By Gobind Khiani – Consulting Fellow-Piping/Pipelines
Safety relief valves should be connected as direct and close as possible to the vessel being protected. The valve should be mounted vertically in an upright position either directly on a nozzle from the pressure vessel or on a short connection fitting that provides a direct, unobstructed flow between the vessel and the valve. Installing a safety relief valve other than in this recommended position will adversely affect its operation.
When designing the inlet piping, one of the considerations is to ensure that the pressure drop in piping is minimized. EN ISO 4126 recommends that the pressure drop be kept below 3% of the set pressure when discharging.
Note: The valve should never be installed on a fitting having a smaller inside diameter than the inlet connection of the valve.
Where safety valves are connected using short ‘stub’ inlet piping, it must be of the same size as the safety valve inlet. For larger lines or any line incorporating bends or elbows, the branch connection should be at least two pipe sizes larger than the safety valve inlet connection, at which point it is reduced in size to the safety valve inlet. Excessive pressure loss can lead to ‘chatter’, which may result in reduced capacity and damage to the seating faces and other parts of the valve. To reduce the pressure loss in the inlet, the following methods can be adopted:
Increase the Diameter of the Pipe
Ensure that any corners are suitably rounded, EN ISO 4126: Part 1 recommends that corners should have a radius of not less than one quarter of the bore.
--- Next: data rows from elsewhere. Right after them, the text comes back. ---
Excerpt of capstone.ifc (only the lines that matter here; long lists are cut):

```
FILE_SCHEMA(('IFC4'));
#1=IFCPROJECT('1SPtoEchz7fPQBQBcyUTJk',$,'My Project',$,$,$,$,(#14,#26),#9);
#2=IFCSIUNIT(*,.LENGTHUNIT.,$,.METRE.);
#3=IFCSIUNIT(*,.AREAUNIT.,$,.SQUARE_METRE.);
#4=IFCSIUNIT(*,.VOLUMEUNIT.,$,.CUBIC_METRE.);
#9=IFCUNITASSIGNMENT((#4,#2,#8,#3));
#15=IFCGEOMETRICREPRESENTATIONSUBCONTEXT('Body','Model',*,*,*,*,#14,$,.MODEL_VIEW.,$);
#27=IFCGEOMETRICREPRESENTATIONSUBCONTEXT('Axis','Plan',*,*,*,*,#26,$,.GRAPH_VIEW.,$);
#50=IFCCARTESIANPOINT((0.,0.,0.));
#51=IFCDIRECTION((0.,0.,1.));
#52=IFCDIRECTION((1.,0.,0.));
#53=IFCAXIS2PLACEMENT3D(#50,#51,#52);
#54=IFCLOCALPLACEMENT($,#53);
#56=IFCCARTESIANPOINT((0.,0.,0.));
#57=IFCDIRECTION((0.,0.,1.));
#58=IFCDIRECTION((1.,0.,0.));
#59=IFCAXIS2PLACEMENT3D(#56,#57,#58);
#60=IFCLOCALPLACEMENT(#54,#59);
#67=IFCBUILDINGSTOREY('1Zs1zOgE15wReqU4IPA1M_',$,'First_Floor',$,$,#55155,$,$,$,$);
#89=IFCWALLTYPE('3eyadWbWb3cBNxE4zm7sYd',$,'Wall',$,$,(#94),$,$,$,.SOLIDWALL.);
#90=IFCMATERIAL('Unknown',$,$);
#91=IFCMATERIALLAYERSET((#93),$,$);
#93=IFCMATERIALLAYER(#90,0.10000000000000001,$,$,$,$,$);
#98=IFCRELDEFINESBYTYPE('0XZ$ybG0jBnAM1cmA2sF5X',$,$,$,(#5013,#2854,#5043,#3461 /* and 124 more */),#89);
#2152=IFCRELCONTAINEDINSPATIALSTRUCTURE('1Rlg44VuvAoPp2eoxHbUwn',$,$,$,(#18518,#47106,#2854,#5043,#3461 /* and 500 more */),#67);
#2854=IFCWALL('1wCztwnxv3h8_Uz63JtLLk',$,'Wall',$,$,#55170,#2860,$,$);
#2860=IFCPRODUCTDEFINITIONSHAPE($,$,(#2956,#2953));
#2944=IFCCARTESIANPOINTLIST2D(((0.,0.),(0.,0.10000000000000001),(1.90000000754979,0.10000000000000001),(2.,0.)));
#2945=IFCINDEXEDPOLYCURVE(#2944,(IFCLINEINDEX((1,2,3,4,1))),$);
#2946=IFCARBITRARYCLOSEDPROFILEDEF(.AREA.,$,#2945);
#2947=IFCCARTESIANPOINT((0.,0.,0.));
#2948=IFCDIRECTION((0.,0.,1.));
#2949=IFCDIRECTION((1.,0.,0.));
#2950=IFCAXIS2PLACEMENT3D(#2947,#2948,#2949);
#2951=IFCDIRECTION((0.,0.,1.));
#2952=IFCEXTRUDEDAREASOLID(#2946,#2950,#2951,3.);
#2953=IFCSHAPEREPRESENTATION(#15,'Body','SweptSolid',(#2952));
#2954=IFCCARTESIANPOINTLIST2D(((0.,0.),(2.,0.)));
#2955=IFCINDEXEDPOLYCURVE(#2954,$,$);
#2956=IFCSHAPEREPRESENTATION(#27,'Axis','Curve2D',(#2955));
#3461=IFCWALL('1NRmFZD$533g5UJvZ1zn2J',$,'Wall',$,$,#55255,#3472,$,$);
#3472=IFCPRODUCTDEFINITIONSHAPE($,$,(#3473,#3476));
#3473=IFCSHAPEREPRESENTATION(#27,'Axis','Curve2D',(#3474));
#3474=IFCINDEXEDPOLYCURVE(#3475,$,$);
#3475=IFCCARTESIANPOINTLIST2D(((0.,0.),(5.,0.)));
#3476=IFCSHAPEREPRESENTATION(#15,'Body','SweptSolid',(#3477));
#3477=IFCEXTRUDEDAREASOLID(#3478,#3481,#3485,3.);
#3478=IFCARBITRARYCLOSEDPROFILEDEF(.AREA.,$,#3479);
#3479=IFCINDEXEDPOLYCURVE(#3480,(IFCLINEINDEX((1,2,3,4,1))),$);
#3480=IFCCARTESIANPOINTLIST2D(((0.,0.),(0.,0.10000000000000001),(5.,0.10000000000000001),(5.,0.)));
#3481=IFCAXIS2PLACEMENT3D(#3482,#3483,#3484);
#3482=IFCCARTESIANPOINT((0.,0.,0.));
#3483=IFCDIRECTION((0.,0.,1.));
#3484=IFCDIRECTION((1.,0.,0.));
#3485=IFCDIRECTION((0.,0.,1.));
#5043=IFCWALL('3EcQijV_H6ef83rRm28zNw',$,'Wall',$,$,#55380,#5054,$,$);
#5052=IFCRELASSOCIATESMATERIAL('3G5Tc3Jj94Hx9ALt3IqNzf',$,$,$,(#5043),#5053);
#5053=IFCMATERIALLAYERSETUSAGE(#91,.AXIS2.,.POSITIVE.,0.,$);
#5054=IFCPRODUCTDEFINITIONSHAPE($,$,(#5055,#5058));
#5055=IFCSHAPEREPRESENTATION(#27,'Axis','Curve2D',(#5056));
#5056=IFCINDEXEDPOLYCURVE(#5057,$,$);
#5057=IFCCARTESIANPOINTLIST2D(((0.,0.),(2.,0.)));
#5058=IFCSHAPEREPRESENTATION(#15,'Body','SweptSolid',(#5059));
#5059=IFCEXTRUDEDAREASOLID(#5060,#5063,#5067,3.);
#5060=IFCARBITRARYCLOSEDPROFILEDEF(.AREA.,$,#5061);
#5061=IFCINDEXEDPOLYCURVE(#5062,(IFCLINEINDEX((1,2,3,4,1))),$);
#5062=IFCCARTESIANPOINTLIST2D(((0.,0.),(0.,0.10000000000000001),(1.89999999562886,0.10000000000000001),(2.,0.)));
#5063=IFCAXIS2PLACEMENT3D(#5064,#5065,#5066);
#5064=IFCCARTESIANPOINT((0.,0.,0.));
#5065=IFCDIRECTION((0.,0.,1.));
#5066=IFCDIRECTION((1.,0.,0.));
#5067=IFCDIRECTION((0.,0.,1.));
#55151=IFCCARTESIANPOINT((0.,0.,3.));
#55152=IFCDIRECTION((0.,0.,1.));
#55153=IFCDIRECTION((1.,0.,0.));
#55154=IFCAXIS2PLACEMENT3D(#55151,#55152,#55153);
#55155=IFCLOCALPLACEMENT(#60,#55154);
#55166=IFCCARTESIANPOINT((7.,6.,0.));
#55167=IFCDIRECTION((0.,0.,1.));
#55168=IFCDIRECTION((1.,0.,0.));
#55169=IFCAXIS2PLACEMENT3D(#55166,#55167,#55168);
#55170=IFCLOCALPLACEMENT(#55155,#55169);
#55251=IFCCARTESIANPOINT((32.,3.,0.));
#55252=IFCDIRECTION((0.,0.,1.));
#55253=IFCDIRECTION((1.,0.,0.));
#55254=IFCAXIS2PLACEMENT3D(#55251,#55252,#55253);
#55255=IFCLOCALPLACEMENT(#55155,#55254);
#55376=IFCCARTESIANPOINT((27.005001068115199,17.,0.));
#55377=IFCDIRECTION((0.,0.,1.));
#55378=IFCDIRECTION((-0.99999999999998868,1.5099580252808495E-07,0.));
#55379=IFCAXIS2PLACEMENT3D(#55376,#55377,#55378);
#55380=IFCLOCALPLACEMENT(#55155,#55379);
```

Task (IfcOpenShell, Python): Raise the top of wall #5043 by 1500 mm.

```python
import ifcopenshell
import ifcopenshell.geom
import ifcopenshell.util.representation
import ifcopenshell.util.shape
import ifcopenshell.util.unit

model = ifcopenshell.open("capstone.ifc")
unit_scale = ifcopenshell.util.unit.calculate_unit_scale(model)
settings = ifcopenshell.geom.settings()


def volume(element):
    """Net volume in cubic metres, openings subtracted."""
    shape = ifcopenshell.geom.create_shape(settings, element)
    return ifcopenshell.util.shape.get_volume(shape.geometry)


wall = model.by_id(5043)
before = volume(wall)

body = ifcopenshell.util.representation.get_representation(wall, "Model", "Body")
solid = body.Items[0]
old_height = solid.Depth
solid.Depth += 1.5 / unit_scale
after = volume(wall)

print(f"height {old_height:g} -> {solid.Depth:g}, volume {before:.3f} -> {after:.3f} m3")

model.write("capstone-out.ifc")
```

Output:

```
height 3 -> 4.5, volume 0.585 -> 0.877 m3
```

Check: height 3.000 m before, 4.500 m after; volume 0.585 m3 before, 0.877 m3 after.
Reduce the inlet pipe length i.e. install the valve at least 8 to 10 pipe diameters downstream from any converging or diverging ‘Y’ fitting, or any bend/elbow/tee reducer etc.
Never install the safety valve branch directly opposite a branch on the lower side of the steam line.
Avoid take-off branches in the inlet piping, as this will increase the pressure drop.
Outlet piping, also known as discharge piping systems, are open or closed. An open system goes directly into the atmosphere whereas a closed system goes into a manifold along with and/or without a safety valve.
Discharge piping should be simple and direct. A ‘broken’ connection near the valve outlet is preferred wherever possible. All discharge piping should be run as direct as is practicable to the point of final release for disposal. The valve must discharge to a safe disposal area. Discharge piping must be drained properly to prevent the accumulation of liquids on the downstream side of the safety valve.
The weight of the discharge piping should be carried by a separate support and be properly braced to withstand reactive thrust forces when the valve relieves. The valve should also be supported to withstand any swaying or system vibrations.
If the valve is discharging into a pressurized system be sure the valve is a ‘balanced’ design. Pressure on the discharge of an ‘unbalanced’ design will adversely affect the valve performance and set pressure.
Fittings or pipe that have a smaller inside diameter than the valve outlet connections must not be used.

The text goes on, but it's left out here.